This stain remover stick one is made “by mamas, for mamas”! The ingredients in this natural laundry stain remover are about as simple as you can get—it’s made with just on ingredient! (Well, in addition to water.)

In addition to clothing, you can use this for pet stains on carpets, spills on upholstery, cloth diapers, and more.

To stock up your laundry room, you can grab their Laundry Bundle, which includes the stain remover stick, laundry detergent, and oxygen boost powder. You can also sign up for a subscription to save some money.

What I like about it: 

  • It’s just made from two ingredients: water and saponified olive oil.
  • Low-waste

What I don’t like about it: 

  • The stain remover didn’t dissolve off of the bar and onto the fabric as easily. It takes a little more rubbing to get the stains out compared to some of the other brands.

DIY Stain Remover Spray

If you like to make your own home cleaning products, here’s an easy recipe for a homemade stain remover that you can make with ingredients you probably already have around your home:


  • 1 part white vinegar
  • 1 part baking soda
  • 2 parts water
  • A few drops of liquid dish soap (optional, it can help with oil or grease stains)
  • An empty spray bottle


  1. First, pour the vinegar into the spray bottle. 
  2. Add the baking soda. Be careful as adding baking soda to vinegar can create a reaction and cause it to fizz up. To avoid any mess, you might want to do this over a sink.
  3. Once the vinegar and baking soda reaction has settled down, add water to the spray bottle.
  4. Add a few drops of liquid dish soap if you have it on hand. This is optional but can boost the stain-removing power of the spray.
  5. Close the spray bottle and shake it to mix the ingredients well.

How to use:

  1. Spray a generous amount of your DIY stain remover directly onto the stain.
  2. Let it sit for 5-10 minutes to allow the solution to penetrate the stain. 
  3. Blot the stain with a clean cloth, or gently scrub it with a soft-bristled brush.
  4. Rinse the area with water, or if it’s an item of clothing, wash as usual.

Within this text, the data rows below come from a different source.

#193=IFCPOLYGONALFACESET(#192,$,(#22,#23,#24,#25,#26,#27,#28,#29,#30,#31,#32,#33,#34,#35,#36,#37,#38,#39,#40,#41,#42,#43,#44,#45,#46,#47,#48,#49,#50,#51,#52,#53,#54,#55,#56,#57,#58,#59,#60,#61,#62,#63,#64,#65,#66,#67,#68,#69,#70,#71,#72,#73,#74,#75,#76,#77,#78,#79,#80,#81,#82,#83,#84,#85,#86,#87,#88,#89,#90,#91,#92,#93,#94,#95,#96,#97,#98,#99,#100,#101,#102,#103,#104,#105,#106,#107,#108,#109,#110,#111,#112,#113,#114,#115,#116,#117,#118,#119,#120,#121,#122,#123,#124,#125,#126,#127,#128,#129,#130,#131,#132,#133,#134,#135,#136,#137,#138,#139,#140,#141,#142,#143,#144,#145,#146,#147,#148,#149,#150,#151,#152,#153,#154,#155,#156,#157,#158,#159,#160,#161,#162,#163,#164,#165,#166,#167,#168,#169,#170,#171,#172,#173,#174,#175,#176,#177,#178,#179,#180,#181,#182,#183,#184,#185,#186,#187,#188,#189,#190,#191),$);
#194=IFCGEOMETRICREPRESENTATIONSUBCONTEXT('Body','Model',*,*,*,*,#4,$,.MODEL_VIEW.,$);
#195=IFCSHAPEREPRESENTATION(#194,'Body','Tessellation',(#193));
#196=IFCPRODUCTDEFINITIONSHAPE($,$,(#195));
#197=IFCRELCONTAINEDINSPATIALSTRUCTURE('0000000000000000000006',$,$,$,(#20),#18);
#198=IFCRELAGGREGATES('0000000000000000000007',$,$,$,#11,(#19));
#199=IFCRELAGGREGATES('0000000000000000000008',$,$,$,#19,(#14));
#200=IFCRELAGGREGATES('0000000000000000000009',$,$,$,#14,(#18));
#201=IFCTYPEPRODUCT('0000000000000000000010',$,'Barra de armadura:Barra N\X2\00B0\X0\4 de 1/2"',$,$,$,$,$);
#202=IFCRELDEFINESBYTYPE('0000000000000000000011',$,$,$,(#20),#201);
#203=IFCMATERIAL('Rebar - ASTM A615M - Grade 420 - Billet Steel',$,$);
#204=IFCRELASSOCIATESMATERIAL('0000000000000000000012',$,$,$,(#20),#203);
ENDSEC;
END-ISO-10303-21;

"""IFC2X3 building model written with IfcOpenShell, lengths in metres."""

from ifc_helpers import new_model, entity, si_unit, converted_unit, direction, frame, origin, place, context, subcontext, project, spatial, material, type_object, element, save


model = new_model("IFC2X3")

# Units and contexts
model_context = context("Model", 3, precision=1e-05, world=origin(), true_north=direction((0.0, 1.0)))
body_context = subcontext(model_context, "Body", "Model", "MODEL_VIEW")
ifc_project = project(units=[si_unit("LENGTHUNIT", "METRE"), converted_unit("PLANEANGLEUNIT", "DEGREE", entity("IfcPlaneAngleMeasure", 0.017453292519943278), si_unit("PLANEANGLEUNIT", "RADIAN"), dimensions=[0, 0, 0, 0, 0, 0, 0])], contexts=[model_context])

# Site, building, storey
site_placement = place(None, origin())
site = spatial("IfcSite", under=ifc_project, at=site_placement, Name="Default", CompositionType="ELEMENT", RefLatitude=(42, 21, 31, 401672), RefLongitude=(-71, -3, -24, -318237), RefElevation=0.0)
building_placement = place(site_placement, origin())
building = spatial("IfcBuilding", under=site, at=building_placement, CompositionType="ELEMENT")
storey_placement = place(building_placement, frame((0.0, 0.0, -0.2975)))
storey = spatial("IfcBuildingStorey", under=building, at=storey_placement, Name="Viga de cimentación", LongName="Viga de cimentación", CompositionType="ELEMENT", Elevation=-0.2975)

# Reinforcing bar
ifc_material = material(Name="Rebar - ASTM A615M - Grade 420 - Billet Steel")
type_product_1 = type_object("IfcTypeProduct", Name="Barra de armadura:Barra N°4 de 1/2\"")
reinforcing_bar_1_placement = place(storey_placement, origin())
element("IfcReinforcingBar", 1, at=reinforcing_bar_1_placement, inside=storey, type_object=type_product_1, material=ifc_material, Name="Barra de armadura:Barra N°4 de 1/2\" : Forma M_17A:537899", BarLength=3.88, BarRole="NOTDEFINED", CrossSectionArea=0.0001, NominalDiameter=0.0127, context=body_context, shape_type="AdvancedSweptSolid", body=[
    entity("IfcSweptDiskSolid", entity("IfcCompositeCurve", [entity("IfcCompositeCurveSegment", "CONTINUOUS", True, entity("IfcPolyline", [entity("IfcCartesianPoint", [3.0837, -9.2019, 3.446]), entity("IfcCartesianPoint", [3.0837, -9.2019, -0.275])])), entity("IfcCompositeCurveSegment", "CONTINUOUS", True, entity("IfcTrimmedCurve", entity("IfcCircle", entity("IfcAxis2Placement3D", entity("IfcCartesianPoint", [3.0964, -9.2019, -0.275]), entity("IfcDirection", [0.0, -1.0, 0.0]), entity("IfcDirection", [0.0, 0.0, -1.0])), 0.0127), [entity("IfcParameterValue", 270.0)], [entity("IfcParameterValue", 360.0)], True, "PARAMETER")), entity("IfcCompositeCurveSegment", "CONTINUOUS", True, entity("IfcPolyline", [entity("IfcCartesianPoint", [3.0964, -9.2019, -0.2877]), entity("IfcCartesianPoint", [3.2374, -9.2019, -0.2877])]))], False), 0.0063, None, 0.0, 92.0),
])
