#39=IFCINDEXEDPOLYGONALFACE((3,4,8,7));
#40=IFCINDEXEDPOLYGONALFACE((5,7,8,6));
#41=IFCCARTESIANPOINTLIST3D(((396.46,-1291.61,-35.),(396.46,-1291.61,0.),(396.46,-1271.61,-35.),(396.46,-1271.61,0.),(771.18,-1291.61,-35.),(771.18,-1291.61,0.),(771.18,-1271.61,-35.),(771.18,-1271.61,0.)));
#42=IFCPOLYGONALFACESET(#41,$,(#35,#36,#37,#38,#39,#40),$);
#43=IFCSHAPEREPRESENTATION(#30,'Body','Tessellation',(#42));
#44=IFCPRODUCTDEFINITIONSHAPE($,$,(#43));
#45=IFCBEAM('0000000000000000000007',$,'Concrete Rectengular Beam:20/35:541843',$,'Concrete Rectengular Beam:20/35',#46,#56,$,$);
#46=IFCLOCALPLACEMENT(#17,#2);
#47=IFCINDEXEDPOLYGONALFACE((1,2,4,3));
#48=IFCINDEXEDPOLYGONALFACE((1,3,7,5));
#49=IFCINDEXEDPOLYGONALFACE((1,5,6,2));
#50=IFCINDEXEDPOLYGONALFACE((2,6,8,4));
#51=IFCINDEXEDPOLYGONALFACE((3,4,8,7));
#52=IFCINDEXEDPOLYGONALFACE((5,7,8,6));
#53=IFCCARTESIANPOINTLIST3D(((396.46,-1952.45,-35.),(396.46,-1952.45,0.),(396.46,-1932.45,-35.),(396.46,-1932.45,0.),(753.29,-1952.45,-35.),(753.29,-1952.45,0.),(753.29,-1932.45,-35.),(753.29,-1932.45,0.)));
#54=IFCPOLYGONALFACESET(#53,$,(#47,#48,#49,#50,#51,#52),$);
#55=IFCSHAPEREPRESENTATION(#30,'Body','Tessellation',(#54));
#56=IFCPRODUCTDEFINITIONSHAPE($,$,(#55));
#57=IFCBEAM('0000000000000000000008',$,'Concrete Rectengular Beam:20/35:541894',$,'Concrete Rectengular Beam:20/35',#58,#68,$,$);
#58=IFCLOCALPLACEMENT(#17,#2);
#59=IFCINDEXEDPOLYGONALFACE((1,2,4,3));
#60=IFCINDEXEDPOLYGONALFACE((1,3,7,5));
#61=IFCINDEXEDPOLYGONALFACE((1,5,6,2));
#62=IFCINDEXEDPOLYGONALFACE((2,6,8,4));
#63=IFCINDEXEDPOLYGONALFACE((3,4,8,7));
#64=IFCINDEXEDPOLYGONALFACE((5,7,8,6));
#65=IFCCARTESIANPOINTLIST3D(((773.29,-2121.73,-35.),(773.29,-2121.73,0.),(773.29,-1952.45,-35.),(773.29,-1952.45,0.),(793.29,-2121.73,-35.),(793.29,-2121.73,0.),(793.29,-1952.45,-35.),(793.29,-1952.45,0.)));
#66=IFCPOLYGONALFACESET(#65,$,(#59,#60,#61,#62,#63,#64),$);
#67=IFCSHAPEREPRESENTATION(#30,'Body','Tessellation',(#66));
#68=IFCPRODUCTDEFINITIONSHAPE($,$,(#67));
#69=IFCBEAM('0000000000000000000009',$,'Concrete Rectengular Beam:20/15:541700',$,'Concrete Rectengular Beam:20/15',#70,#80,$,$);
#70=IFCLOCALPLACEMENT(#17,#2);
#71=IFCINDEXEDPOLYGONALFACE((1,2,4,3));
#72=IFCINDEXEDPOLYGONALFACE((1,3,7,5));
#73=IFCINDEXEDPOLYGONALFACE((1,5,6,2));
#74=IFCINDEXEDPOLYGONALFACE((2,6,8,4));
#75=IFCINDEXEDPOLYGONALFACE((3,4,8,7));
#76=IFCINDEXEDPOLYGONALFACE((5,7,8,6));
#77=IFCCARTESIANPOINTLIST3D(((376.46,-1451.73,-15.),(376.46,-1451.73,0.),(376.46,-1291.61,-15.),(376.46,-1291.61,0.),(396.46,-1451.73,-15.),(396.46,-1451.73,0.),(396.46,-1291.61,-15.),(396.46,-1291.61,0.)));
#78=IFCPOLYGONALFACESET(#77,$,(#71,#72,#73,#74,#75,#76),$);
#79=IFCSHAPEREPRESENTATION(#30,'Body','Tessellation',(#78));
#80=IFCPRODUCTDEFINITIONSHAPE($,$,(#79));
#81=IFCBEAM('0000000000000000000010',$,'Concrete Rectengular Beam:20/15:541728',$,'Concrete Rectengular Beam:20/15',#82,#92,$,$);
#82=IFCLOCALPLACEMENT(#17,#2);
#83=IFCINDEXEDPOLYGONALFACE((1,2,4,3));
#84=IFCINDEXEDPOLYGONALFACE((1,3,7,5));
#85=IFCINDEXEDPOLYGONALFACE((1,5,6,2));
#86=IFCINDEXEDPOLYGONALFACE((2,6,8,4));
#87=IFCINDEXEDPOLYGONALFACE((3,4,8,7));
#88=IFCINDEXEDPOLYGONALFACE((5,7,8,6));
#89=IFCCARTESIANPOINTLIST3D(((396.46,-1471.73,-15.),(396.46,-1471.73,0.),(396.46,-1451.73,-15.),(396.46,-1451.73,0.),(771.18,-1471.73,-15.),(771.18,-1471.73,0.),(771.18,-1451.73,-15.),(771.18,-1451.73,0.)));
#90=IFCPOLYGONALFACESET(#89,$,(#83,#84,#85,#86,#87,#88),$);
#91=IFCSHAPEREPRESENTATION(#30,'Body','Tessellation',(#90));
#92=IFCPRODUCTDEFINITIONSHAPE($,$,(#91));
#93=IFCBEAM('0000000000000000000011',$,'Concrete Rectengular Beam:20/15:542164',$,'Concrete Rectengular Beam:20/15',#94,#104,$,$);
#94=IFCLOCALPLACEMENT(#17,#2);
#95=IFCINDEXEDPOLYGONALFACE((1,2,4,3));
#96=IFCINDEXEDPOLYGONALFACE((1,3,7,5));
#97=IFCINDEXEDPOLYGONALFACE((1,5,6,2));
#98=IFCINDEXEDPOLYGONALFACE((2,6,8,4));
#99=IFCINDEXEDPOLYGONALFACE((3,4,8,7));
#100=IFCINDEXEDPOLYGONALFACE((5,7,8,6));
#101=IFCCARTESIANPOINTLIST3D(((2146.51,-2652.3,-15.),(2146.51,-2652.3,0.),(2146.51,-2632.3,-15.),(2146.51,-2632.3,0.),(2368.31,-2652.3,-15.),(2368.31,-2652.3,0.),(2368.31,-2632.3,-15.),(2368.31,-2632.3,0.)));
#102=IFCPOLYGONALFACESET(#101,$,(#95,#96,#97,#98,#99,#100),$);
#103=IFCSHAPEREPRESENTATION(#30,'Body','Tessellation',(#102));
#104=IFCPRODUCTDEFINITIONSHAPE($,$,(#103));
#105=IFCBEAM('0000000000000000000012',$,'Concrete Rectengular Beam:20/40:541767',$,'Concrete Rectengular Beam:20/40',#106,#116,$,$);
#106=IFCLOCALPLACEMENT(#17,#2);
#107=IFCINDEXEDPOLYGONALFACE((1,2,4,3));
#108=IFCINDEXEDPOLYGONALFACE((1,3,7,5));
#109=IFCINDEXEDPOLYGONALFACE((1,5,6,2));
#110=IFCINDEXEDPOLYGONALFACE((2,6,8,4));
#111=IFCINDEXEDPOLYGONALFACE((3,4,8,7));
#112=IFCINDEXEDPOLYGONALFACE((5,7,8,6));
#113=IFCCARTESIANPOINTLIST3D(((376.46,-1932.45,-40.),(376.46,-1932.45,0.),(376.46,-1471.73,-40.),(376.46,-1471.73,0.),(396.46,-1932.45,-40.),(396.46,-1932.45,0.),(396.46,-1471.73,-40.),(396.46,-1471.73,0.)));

Remember, always test any homemade cleaning solution on a small, hidden area first to make sure it won’t discolor or damage the material.

Here are some other easy DIY cleaning recipes for your home!

Can vinegar remove stains?

Yes, vinegar can be an effective household item for stain removal as well. The acetic acid in vinegar can help break down stains in fabrics, carpet, upholstery, and other surfaces.

Here are a few ways you can use vinegar to remove stains:

1. Clothes: Vinegar can help remove tough stains like sweat, deodorant, wine, and more. Before washing, apply undiluted white vinegar directly to the stain and let it soak in for 5 to 10 minutes. You can also add a cup of vinegar to your wash cycle for general stain removal and fabric softening.

2. Carpet/Upholstery: For a DIY stain remover, mix equal parts of white vinegar and water. Spray the mixture on the stain, let it sit for a few minutes, then blot with a clean, dry cloth.

3. Hard Surfaces: Vinegar can help remove stains from hard surfaces like countertops, dishes, and stainless steel. Make a paste with vinegar and baking soda, apply it to the stain, let it sit for 15-20 minutes, then wipe clean.

Remember to always test any cleaning solution in an inconspicuous area first to ensure it doesn’t discolor or damage the material.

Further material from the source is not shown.